0. 0. 0. 0. 0. 0. 0. 0. 0. 0. 0. 0. 0. 0. 0. 0. 0. 0. 0. 0. 0. 0. 0. 0.
0. 0. 0. 1. 0. 0. 0. 0. 0. 0. 0. 0. 0. 0. 0. 0. 0. 0. 0. 0. 0. 0. 0. 0.
0. 0. 0. 0. 0. 0. 0. 0. 0. 0. 0. 0. 0. 0. 0. 0. 0. 0. 0. 0. 0. 0. 0. 0.
0. 0. 0. 0.]
OUTPUT OF LOG SOFTMAX
[[ -952745.94 -854822.75 -418264.1 -1009137.44 -1483252.
-487221.3 -975463.7 -486127.34 -848625.94 -589877.7
-922320.3 -735033.06 -546931.25 -693215.2 -980126.1
-810202.6 -1027568.5 -998254.1 -889414.5 -1026466.2
-788843.6 -495628.56 -768875.8 -934701.1 -925858.6
-676474.25 -733345.56 -1032242.44 -489606.38 -708737.
-545056.9 -269166.38 -865661.44 -1035820.4 -655130.5
-417201.03 -643653.25 -390112.62 -1108714.9 -681543.4
-1295451. -871972.94 -1017889. -1144532.2 -618486.56
-997524.8 -422316.84 -1027614.4 -571760.44 -877284.56
-711558.75 0. -516253.72 -944952.5 -1156960.5
-713663.9 -1148272.2 -1045118.1 -934345. -581356.4
-946383.4 -738462.9 -880707.4 -895212.3 -1172282.

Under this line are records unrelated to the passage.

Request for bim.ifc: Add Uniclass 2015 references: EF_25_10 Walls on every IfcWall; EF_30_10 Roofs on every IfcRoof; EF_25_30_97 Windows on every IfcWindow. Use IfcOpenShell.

First a look at what the model holds.

```python
import ifcopenshell

model = ifcopenshell.open("bim.ifc")
print(model.schema)
print("classifications:", [c.Name for c in model.by_type("IfcClassification")])
for ifc_class in ("IfcDoor", "IfcRoof", "IfcStair", "IfcWall", "IfcWindow"):
    print(ifc_class, len(model.by_type(ifc_class)))
```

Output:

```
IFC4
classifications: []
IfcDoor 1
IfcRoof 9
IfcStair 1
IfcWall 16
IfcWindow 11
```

```python
import ifcopenshell
import ifcopenshell.api.classification

model = ifcopenshell.open("bim.ifc")

system = ifcopenshell.api.classification.add_classification(model, classification="Uniclass 2015")

codes = {
    "IfcWall": ("EF_25_10", "Walls"),
    "IfcRoof": ("EF_30_10", "Roofs"),
    "IfcWindow": ("EF_25_30_97", "Windows"),
}
for ifc_class, (code, name) in codes.items():
    products = model.by_type(ifc_class)
    ifcopenshell.api.classification.add_reference(
        model, products=products, classification=system, identification=code, name=name
    )
    print(code, len(products))

model.write("bim_rev.ifc")
```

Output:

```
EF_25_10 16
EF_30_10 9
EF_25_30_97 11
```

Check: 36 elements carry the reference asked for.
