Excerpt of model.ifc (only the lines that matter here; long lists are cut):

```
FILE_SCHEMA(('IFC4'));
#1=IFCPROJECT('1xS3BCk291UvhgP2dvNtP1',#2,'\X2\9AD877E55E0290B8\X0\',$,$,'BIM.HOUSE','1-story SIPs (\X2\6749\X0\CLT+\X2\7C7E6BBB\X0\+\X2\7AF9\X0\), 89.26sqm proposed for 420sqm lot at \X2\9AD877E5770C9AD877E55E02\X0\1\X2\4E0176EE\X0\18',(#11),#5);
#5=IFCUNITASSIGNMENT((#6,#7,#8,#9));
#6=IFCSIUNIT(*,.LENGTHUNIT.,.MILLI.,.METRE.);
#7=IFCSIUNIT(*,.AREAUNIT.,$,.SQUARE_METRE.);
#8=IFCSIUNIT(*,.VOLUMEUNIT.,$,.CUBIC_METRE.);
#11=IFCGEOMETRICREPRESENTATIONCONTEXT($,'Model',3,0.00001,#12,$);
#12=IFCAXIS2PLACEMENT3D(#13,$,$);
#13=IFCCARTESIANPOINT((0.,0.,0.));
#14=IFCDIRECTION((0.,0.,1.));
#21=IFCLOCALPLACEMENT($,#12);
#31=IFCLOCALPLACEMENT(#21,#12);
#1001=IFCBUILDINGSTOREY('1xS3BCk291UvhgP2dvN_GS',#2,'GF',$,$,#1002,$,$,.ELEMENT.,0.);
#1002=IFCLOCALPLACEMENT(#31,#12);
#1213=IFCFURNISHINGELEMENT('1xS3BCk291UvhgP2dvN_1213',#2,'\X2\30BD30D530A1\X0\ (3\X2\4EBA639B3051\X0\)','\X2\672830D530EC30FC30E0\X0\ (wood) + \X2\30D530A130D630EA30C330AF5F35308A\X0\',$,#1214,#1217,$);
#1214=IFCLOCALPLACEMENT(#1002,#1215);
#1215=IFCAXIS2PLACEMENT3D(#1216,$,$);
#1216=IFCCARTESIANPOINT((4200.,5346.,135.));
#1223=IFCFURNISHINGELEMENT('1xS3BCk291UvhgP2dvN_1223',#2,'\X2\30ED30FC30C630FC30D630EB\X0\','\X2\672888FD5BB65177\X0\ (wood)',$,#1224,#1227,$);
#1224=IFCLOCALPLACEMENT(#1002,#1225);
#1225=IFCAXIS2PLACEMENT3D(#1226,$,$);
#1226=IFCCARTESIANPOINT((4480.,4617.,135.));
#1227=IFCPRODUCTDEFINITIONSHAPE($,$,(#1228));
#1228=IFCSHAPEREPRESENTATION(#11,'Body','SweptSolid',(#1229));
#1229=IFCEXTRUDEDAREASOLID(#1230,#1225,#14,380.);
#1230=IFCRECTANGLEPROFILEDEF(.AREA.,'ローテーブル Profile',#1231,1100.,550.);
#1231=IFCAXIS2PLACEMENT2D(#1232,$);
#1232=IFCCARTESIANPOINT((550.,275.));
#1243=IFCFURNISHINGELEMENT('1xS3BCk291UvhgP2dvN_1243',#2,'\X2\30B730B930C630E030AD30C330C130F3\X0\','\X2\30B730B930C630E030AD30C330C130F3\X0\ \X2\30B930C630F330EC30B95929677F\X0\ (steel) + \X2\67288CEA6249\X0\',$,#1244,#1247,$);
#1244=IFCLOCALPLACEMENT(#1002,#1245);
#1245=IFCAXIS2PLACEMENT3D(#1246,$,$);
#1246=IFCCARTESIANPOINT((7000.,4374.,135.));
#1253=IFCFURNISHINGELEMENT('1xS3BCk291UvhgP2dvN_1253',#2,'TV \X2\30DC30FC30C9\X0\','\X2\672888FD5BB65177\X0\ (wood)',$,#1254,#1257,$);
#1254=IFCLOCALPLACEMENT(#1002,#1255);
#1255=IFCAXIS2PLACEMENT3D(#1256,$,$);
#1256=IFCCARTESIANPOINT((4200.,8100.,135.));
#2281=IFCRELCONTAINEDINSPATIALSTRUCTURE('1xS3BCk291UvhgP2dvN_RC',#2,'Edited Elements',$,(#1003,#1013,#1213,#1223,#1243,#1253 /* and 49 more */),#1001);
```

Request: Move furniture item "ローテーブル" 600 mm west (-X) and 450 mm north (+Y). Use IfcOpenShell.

```python
import ifcopenshell
import ifcopenshell.api.geometry
import ifcopenshell.util.placement
import ifcopenshell.util.unit

model = ifcopenshell.open("model.ifc")
unit_scale = ifcopenshell.util.unit.calculate_unit_scale(model)

item = model.by_guid("1xS3BCk291UvhgP2dvN_1223")
matrix = ifcopenshell.util.placement.get_local_placement(item.ObjectPlacement)
matrix[0, 3] -= 0.6 / unit_scale
matrix[1, 3] += 0.45 / unit_scale
ifcopenshell.api.geometry.edit_object_placement(model, product=item, matrix=matrix, is_si=False)

print(ifcopenshell.util.placement.get_local_placement(item.ObjectPlacement).round(3) + 0.0)

model.write("model_rev.ifc")
```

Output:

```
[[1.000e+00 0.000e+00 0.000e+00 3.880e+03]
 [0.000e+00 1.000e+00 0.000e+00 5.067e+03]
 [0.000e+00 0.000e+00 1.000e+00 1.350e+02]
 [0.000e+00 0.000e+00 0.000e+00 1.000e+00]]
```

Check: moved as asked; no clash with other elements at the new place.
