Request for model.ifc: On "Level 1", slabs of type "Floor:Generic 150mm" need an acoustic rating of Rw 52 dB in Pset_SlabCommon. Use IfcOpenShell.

First a look at what the model holds.

```python
import ifcopenshell
import ifcopenshell.util.element

model = ifcopenshell.open("model.ifc")
print(model.schema)
storey = next(s for s in model.by_type("IfcBuildingStorey") if s.Name == "Level 1")
slabs = [e for e in ifcopenshell.util.element.get_decomposition(storey) if e.is_a("IfcSlab")]
seen = {}
for e in slabs:
    element_type = ifcopenshell.util.element.get_type(e)
    key = (element_type.Name if element_type != e and element_type else None, ifcopenshell.util.element.get_pset(e, "Pset_SlabCommon", "AcousticRating"))
    seen[key] = seen.get(key, 0) + 1
for (name, value), count in sorted(seen.items(), key=str):
    print(count, "x", name, "|", value)
```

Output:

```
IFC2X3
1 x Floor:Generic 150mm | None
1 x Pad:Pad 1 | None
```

```python
import ifcopenshell
import ifcopenshell.api.pset
import ifcopenshell.util.element

model = ifcopenshell.open("model.ifc")

storey = next(s for s in model.by_type("IfcBuildingStorey") if s.Name == "Level 1")
slabs = [e for e in ifcopenshell.util.element.get_decomposition(storey) if e.is_a("IfcSlab")]

count = 0
for e in slabs:
    element_type = ifcopenshell.util.element.get_type(e)
    if element_type in (None, e) or element_type.Name != "Floor:Generic 150mm":
        continue
    # add_pset returns the element's existing set when there is one.
    pset = ifcopenshell.api.pset.add_pset(model, product=e, name="Pset_SlabCommon")
    ifcopenshell.api.pset.edit_pset(model, pset=pset, properties={"AcousticRating": "Rw 52 dB"})
    count += 1

print(count, "slabs updated")

model.write("model_v2.ifc")
```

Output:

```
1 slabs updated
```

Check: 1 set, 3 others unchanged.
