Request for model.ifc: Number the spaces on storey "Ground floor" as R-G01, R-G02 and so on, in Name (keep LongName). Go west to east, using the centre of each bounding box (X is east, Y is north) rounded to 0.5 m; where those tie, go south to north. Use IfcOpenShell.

First a look at what the model holds.

```python
import ifcopenshell
import ifcopenshell.util.element
import ifcopenshell.util.placement

model = ifcopenshell.open("model.ifc")
print(model.schema)
storey = next(s for s in model.by_type("IfcBuildingStorey") if s.Name == "Ground floor")
spaces = [e for e in ifcopenshell.util.element.get_decomposition(storey) if e.is_a("IfcSpace")]
for e in sorted(spaces, key=lambda e: e.id()):
    origin = ifcopenshell.util.placement.get_local_placement(e.ObjectPlacement)[:3, 3]
    print(e.id(), e.Name, e.LongName, origin.round(2) + 0.0, sep=" | ")
```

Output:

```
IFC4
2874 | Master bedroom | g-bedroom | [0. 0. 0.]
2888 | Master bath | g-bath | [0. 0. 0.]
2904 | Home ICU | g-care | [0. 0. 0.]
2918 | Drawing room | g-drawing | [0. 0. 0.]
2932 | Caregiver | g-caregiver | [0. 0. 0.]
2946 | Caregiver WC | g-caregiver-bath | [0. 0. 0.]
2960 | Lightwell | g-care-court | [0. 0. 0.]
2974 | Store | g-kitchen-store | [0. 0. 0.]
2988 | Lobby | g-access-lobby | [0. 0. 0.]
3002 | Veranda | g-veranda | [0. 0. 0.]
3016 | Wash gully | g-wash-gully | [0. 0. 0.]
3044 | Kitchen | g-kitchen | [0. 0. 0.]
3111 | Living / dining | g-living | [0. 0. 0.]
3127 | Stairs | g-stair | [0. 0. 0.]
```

```python
import ifcopenshell
import ifcopenshell.geom
import ifcopenshell.util.element
import ifcopenshell.util.shape

model = ifcopenshell.open("model.ifc")
settings = ifcopenshell.geom.settings()
settings.set("use-world-coords", True)


def centre(element):
    shape = ifcopenshell.geom.create_shape(settings, element)
    return ifcopenshell.util.shape.get_bbox_centroid(shape.geometry)


storey = next(s for s in model.by_type("IfcBuildingStorey") if s.Name == "Ground floor")
spaces = [e for e in ifcopenshell.util.element.get_decomposition(storey) if e.is_a("IfcSpace")]

# Insertion points can sit at a corner or the storey origin, so sort by the geometry (in metres).
centres = {e: centre(e) for e in spaces}
spaces.sort(key=lambda e: (round(centres[e][0] / 0.5), centres[e][1]))

for i, e in enumerate(spaces, start=1):
    number = f"R-G{i:02d}"
    e.Name = number
    print(e.id(), number)

model.write("model_v2.ifc")
```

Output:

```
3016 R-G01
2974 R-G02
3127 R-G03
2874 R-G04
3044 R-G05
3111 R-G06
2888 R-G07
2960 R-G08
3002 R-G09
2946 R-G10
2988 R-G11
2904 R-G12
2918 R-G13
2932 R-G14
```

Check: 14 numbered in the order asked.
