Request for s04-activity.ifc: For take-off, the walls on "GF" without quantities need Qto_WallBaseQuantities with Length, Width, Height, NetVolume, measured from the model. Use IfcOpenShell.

First a look at what the model holds.

```python
import ifcopenshell
import ifcopenshell.util.element
import ifcopenshell.util.unit

model = ifcopenshell.open("s04-activity.ifc")
print(model.schema)
for unit_type in ("LENGTHUNIT", "AREAUNIT", "VOLUMEUNIT"):
    print(unit_type, ifcopenshell.util.unit.calculate_unit_scale(model, unit_type))
storey = next(s for s in model.by_type("IfcBuildingStorey") if s.Name == "GF")
walls = [e for e in ifcopenshell.util.element.get_decomposition(storey) if e.is_a("IfcWall")]
for e in sorted(walls, key=lambda e: e.id()):
    print(e.id(), e.is_a(), e.Name, list(ifcopenshell.util.element.get_psets(e, qtos_only=True)), sep=" | ")
```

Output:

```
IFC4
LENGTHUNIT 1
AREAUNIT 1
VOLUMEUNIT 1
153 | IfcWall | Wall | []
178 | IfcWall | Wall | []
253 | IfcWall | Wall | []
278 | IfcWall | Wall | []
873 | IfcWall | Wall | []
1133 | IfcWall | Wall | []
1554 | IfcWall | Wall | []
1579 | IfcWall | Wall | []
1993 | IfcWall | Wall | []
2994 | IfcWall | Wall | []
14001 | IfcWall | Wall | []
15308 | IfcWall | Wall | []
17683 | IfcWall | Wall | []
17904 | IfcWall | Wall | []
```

```python
import ifcopenshell
import ifcopenshell.api.pset
import ifcopenshell.geom
import ifcopenshell.util.element
import ifcopenshell.util.shape
import ifcopenshell.util.unit

model = ifcopenshell.open("s04-activity.ifc")
unit_scale = ifcopenshell.util.unit.calculate_unit_scale(model)
volume_scale = ifcopenshell.util.unit.calculate_unit_scale(model, "VOLUMEUNIT")
settings = ifcopenshell.geom.settings()

storey = next(s for s in model.by_type("IfcBuildingStorey") if s.Name == "GF")
walls = [e for e in ifcopenshell.util.element.get_decomposition(storey) if e.is_a("IfcWall")]

for e in sorted(walls, key=lambda e: e.id()):
    if ifcopenshell.util.element.get_psets(e, qtos_only=True, should_inherit=False):
        continue
    # Geometry comes back in metres, in the element's own axes.
    shape = ifcopenshell.geom.create_shape(settings, e)
    values = {
        "Length": ifcopenshell.util.shape.get_x(shape.geometry) / unit_scale,
        "Width": ifcopenshell.util.shape.get_y(shape.geometry) / unit_scale,
        "Height": ifcopenshell.util.shape.get_z(shape.geometry) / unit_scale,
        "NetVolume": ifcopenshell.util.shape.get_volume(shape.geometry) / volume_scale,
    }
    qto = ifcopenshell.api.pset.add_qto(model, product=e, name="Qto_WallBaseQuantities")
    ifcopenshell.api.pset.edit_qto(model, qto=qto, properties=values)
    print(e.id(), {k: round(v, 3) for k, v in values.items()})

model.write("s04-activity_updated.ifc")
```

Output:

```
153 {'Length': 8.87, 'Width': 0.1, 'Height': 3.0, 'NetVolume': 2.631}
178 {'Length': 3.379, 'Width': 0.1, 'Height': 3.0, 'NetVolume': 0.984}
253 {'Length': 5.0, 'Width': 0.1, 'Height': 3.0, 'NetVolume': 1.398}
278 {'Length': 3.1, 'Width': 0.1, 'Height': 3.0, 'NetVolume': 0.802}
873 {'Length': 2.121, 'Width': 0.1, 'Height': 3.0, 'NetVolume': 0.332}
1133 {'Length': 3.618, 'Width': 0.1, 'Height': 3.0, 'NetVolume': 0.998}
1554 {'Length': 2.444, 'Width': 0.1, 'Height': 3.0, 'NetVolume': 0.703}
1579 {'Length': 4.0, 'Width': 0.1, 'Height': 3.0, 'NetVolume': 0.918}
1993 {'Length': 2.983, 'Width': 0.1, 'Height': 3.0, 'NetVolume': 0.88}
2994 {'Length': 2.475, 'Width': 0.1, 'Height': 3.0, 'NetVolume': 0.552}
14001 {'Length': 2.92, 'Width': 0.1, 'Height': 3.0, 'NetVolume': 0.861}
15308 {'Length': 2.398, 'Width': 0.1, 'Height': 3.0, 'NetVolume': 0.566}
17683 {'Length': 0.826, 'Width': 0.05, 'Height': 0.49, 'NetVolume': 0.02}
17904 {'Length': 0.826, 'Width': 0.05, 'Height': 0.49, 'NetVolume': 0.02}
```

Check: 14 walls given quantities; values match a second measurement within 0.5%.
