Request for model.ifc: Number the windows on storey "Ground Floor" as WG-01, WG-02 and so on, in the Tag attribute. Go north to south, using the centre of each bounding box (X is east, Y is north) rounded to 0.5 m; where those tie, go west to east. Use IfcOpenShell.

First a look at what the model holds.

```python
import ifcopenshell
import ifcopenshell.util.element
import ifcopenshell.util.placement

model = ifcopenshell.open("model.ifc")
print(model.schema)
storey = next(s for s in model.by_type("IfcBuildingStorey") if s.Name == "Ground Floor")
windows = [e for e in ifcopenshell.util.element.get_decomposition(storey) if e.is_a("IfcWindow")]
for e in sorted(windows, key=lambda e: e.id()):
    origin = ifcopenshell.util.placement.get_local_placement(e.ObjectPlacement)[:3, 3]
    print(e.id(), e.Tag, e.Name, origin.round(2) + 0.0, sep=" | ")
```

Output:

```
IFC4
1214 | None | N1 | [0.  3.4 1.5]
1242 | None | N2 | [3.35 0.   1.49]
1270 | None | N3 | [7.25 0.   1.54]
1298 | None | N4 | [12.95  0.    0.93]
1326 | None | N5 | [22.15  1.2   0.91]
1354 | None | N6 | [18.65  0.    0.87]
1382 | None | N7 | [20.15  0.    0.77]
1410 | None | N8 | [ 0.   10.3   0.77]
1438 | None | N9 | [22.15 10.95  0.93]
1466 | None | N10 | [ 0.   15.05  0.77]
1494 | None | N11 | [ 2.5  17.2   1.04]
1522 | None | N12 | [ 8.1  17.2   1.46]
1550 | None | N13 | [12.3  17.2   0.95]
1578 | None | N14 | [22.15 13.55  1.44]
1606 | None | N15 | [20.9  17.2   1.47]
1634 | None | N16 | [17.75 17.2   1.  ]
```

```python
import ifcopenshell
import ifcopenshell.geom
import ifcopenshell.util.element
import ifcopenshell.util.shape

model = ifcopenshell.open("model.ifc")
settings = ifcopenshell.geom.settings()
settings.set("use-world-coords", True)


def centre(element):
    shape = ifcopenshell.geom.create_shape(settings, element)
    return ifcopenshell.util.shape.get_bbox_centroid(shape.geometry)


storey = next(s for s in model.by_type("IfcBuildingStorey") if s.Name == "Ground Floor")
windows = [e for e in ifcopenshell.util.element.get_decomposition(storey) if e.is_a("IfcWindow")]

# Insertion points can sit at a corner or the storey origin, so sort by the geometry (in metres).
centres = {e: centre(e) for e in windows}
windows.sort(key=lambda e: (-round(centres[e][1] / 0.5), centres[e][0]))

for i, e in enumerate(windows, start=1):
    number = f"WG-{i:02d}"
    e.Tag = number
    print(e.id(), number)

model.write("model_v2.ifc")
```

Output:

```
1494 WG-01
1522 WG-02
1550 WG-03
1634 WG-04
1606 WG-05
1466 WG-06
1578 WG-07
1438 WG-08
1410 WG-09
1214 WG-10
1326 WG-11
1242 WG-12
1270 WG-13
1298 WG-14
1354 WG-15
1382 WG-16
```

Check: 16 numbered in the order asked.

-388456.16 -827501.56 -680280.06 -1048803. -859483.3
-785633.7 -624600.4 -892308.06 -650685.8 -284056.9
-945444.8 -699284.3 -498448.22 -521334.97 -1003844.06
-600059.25 -882858.3 -728648.6 -826018.4 -809002.4
-461557.12 -879378.25 -397327.38 -1186589.6 -481447.44
-1093226. -777037. -1187059.6 -674146.1 -631735.94
-23349.875 -326925.66 -674660.5 -701372.5 -1040344.9 ]]
As we can see the output of log softmax assigns a 0 and that is inconsistent because if probability is 0 we should have 0 for the rest and thus have the same value for the rest of the log softmax (and that is what nn.Softmax outputs).